Als Jesus einst auf dem Ölberg sich befand und zu seinen Füßen Jerusalem sah, die Stadt Davids, diese prachtvolle Stadt, diesen Mittelpunkt des auserwählten Volkes Gottes, diesen majestätischen Tempel, da fing er zu weinen a und rief schmerzlich bewegt aus: „Wenn doch auch du es erkennen würdest, und zwar an diesem deinem Tag, was dir zum Frieden dient; nun aber ist es vor deinen Augen verborgen!“ Lk 19,42 Jesus sieht im Geist voraus die Gräuel der Verwüstung, die über Jerusalem kommen mussten, wegen seines Unglaubens, seiner Verblendung, seiner Bosheit und Verstocktheit, und dieses unvermeidliche Strafgericht, das Jesus hereinbrechen sieht, rührt ihn bis zu Tränen.
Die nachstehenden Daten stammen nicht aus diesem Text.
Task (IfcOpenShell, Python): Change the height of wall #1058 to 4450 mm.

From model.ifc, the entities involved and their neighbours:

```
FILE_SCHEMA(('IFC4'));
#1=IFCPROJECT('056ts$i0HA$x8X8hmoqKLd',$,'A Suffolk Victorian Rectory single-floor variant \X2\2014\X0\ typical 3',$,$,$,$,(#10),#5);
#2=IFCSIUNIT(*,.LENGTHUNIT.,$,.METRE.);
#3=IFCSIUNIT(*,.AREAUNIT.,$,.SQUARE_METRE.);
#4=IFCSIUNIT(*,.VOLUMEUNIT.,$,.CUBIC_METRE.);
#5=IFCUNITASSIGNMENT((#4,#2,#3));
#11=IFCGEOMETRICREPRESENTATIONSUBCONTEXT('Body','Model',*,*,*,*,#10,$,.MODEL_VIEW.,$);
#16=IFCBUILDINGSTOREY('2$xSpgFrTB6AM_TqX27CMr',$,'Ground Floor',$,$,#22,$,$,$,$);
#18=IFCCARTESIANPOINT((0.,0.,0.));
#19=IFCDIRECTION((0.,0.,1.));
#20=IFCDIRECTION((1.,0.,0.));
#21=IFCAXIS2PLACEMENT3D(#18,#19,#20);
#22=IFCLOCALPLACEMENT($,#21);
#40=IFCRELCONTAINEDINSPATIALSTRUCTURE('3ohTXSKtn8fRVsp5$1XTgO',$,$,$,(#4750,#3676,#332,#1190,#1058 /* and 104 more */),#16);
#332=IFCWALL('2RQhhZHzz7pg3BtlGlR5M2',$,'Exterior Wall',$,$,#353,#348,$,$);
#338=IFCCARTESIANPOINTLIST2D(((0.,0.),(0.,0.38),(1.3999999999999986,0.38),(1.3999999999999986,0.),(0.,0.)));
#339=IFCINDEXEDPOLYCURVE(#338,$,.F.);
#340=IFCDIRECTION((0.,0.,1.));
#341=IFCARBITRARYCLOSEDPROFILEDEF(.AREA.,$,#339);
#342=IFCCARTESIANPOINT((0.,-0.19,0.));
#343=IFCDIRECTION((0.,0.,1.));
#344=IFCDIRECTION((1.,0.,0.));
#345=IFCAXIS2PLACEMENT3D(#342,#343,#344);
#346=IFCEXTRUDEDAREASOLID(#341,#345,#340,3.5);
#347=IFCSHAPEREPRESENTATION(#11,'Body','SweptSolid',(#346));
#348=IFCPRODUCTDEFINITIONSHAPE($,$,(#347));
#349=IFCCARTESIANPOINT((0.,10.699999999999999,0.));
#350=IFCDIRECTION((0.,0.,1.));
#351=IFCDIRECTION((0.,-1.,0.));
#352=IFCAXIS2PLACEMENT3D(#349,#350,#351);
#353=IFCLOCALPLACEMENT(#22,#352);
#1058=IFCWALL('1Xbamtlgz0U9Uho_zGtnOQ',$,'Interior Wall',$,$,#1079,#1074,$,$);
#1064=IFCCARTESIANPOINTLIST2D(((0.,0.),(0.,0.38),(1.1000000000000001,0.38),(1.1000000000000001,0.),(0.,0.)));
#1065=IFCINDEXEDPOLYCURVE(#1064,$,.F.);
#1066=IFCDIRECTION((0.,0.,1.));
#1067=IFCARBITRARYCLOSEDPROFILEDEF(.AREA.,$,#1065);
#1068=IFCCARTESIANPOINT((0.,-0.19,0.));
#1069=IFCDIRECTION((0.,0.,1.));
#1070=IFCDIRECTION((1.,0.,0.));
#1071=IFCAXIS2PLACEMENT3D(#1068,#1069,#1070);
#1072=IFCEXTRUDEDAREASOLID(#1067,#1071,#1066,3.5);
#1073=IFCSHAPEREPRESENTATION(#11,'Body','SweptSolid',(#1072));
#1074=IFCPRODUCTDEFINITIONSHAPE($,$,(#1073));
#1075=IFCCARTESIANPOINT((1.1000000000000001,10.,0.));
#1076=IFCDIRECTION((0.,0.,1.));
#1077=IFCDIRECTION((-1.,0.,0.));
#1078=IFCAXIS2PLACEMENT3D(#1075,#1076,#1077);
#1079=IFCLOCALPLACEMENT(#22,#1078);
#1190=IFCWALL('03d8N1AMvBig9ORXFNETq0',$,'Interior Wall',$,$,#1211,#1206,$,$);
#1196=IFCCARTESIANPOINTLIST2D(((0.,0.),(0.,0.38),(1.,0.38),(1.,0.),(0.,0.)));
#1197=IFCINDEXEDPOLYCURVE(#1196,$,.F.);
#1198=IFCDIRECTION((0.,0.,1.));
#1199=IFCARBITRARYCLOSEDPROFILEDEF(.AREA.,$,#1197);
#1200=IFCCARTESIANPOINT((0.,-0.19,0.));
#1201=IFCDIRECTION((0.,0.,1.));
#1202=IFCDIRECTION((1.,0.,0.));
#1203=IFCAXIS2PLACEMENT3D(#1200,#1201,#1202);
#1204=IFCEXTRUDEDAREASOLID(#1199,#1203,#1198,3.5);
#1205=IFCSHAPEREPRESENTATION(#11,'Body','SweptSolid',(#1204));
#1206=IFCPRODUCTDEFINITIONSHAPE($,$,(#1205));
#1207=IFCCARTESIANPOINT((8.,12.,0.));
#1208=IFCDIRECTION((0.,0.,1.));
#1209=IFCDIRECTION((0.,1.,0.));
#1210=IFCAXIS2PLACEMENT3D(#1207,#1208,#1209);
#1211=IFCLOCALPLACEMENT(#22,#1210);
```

```python
import ifcopenshell
import ifcopenshell.geom
import ifcopenshell.util.representation
import ifcopenshell.util.shape

model = ifcopenshell.open("model.ifc")
settings = ifcopenshell.geom.settings()


def volume(element):
    """Net volume in cubic metres, openings subtracted."""
    shape = ifcopenshell.geom.create_shape(settings, element)
    return ifcopenshell.util.shape.get_volume(shape.geometry)


wall = model.by_guid("1Xbamtlgz0U9Uho_zGtnOQ")
before = volume(wall)

body = ifcopenshell.util.representation.get_representation(wall, "Model", "Body")
solid = body.Items[0]
old_height = solid.Depth
solid.Depth = 4.45
after = volume(wall)

print(f"height {old_height:g} -> {solid.Depth:g}, volume {before:.3f} -> {after:.3f} m3")

model.write("model_v2.ifc")
```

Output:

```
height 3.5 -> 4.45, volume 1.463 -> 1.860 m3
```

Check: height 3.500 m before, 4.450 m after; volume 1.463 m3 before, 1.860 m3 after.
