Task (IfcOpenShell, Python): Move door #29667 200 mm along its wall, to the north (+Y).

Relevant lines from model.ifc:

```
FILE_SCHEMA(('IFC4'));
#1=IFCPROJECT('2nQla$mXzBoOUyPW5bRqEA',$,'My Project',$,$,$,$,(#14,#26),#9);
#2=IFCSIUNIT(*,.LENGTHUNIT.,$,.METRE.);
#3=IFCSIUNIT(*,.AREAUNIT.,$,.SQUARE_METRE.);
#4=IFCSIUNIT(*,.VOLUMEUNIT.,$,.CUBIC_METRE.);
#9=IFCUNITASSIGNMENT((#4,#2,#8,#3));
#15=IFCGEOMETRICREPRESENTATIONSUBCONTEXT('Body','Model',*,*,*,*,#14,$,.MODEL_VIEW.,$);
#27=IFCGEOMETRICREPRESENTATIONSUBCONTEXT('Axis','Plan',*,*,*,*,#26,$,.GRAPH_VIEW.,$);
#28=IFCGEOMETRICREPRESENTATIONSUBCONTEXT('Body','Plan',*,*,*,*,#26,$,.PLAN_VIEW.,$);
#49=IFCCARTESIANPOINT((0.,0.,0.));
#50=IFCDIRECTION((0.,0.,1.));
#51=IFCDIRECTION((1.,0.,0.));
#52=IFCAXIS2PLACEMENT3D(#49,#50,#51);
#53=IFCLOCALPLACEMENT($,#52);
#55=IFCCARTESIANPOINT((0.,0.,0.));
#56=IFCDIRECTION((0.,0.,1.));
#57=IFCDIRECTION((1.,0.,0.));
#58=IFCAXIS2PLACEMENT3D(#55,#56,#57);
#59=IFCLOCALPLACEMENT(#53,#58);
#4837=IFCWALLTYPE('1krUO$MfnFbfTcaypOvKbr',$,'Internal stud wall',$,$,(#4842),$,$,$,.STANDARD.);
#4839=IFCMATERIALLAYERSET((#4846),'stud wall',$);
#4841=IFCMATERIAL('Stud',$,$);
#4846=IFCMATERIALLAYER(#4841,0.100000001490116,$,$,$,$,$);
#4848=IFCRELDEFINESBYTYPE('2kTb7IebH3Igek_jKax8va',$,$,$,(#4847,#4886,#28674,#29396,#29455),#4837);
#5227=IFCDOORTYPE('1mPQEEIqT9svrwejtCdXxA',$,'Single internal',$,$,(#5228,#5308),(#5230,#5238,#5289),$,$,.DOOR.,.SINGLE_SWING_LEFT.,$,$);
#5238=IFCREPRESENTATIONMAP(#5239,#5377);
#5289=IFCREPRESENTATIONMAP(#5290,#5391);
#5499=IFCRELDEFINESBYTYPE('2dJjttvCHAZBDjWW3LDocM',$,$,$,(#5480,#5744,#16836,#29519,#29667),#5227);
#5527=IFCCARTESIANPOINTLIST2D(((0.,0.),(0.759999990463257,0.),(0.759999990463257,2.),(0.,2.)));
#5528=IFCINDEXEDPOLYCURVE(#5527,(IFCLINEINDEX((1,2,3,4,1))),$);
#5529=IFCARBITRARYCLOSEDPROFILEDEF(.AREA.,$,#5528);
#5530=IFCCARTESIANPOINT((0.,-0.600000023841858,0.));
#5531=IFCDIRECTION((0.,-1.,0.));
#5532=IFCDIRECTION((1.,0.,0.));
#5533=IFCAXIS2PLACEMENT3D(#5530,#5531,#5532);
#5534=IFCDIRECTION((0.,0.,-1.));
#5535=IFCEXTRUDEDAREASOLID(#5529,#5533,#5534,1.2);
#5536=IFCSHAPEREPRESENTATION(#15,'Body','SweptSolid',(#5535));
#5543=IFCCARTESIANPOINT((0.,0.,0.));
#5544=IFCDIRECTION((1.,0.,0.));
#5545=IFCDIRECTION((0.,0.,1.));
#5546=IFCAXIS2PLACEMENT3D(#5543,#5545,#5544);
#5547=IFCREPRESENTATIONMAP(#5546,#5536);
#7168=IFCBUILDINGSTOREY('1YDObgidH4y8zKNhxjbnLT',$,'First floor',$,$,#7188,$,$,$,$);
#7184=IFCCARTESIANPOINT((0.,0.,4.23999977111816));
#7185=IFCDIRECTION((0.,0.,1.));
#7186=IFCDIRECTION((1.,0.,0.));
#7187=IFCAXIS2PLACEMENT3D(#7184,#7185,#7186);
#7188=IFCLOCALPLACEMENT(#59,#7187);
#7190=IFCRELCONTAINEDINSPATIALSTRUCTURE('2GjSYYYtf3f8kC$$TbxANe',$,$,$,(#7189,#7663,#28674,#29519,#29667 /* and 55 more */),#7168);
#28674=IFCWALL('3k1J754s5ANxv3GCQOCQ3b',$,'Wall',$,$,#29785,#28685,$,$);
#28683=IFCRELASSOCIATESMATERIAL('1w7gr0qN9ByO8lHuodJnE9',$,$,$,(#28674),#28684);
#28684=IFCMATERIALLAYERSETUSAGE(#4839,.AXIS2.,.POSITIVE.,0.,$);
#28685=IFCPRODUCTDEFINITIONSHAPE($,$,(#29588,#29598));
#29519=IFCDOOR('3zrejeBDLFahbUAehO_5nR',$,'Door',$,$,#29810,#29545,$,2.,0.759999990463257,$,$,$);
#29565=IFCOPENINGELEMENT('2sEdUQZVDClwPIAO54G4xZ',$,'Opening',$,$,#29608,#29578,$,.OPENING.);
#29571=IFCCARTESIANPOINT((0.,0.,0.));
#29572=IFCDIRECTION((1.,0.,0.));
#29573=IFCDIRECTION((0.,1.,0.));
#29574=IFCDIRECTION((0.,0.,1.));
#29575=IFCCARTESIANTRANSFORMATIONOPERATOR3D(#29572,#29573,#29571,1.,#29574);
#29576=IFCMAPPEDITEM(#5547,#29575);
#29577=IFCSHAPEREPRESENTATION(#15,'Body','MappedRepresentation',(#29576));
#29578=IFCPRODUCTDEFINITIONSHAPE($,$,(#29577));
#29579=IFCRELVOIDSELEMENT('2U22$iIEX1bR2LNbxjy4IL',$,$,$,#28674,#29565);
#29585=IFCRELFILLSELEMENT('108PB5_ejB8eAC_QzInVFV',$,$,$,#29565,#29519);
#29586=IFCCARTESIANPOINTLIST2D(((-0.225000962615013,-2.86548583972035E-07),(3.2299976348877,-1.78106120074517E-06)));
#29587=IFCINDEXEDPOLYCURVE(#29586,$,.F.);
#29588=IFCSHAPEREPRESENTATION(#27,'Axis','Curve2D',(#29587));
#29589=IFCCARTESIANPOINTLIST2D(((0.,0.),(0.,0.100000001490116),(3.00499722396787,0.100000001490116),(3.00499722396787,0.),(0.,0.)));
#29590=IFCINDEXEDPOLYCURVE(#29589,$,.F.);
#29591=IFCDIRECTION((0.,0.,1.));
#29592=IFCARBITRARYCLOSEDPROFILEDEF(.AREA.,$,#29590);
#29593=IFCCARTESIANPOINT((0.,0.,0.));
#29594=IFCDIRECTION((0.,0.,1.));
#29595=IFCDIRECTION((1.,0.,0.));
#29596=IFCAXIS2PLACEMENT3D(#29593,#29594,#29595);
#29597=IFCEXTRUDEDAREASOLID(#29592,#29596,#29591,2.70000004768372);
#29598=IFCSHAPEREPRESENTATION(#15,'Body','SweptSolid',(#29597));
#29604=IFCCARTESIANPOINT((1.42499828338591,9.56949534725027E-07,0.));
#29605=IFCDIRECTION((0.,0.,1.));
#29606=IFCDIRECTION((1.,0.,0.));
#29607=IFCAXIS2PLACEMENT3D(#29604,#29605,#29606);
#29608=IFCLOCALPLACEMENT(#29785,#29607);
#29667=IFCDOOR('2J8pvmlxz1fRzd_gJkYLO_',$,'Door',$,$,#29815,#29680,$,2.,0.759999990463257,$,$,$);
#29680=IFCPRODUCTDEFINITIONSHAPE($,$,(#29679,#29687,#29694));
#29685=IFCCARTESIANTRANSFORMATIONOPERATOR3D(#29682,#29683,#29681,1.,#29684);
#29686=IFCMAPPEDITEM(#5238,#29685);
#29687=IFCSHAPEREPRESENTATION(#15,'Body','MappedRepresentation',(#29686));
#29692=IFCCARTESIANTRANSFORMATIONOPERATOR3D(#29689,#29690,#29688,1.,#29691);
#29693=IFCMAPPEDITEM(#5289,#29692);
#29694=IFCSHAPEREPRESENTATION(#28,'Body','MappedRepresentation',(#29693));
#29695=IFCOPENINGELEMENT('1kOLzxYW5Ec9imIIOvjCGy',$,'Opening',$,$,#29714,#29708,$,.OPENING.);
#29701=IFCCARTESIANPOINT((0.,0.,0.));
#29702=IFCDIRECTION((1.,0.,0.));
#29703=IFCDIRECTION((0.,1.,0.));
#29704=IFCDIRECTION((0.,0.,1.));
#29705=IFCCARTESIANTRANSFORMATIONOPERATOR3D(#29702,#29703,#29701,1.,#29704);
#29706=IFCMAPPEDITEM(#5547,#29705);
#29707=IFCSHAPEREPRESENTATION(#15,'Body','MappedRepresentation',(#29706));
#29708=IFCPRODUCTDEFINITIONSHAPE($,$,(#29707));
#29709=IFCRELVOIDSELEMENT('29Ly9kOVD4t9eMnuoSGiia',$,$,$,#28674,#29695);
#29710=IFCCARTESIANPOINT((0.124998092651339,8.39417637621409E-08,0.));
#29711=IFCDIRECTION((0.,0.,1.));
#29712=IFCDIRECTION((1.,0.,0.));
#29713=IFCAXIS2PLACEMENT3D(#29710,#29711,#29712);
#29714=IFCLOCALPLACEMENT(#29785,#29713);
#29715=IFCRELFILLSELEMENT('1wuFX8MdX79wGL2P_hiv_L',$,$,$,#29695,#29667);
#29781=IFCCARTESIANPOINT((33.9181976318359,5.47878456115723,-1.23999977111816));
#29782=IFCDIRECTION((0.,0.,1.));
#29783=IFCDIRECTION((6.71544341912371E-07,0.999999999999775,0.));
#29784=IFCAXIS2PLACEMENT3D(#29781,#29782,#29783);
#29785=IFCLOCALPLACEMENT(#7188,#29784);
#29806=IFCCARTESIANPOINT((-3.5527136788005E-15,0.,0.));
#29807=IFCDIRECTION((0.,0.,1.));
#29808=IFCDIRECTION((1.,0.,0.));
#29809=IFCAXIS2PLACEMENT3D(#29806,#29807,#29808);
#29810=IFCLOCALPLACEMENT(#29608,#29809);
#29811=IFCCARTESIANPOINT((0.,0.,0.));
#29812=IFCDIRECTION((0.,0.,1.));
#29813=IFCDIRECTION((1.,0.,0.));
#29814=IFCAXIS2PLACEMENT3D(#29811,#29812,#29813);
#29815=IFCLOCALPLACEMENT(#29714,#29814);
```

```python
import ifcopenshell
import ifcopenshell.api.geometry
import ifcopenshell.util.placement
import ifcopenshell.util.unit

model = ifcopenshell.open("model.ifc")
unit_scale = ifcopenshell.util.unit.calculate_unit_scale(model)

door = model.by_id(29667)
opening = door.FillsVoids[0].RelatingOpeningElement
wall = opening.VoidsElements[0].RelatingBuildingElement

wall_matrix = ifcopenshell.util.placement.get_local_placement(wall.ObjectPlacement)
shift = wall_matrix[:3, 0] * 0.2 / unit_scale
before = ifcopenshell.util.placement.get_local_placement(door.ObjectPlacement)[:3, 3].copy()

# The door is placed relative to its opening, so it follows when the opening moves.
matrix = ifcopenshell.util.placement.get_local_placement(opening.ObjectPlacement)
matrix[:3, 3] += shift
ifcopenshell.api.geometry.edit_object_placement(
    model, product=opening, matrix=matrix, is_si=False, should_transform_children=True
)

after = ifcopenshell.util.placement.get_local_placement(door.ObjectPlacement)[:3, 3]
print("door moved by", (after - before).round(3) + 0.0)

model.write("model_v2.ifc")
```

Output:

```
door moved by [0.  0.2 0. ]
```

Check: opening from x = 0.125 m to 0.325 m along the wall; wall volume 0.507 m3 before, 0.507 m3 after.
Allein Jesus weint nicht bloß, er hat nicht bloß Mitgefühl und Mitleid, sondern er geht in diese verblendete, verstockte Stadt und sucht sie zu retten. Er predigt in Jerusalem, er wirkt Wunder, er weissagt ihm den Untergang, damit es umkehre auf dem Weg des Verderbens.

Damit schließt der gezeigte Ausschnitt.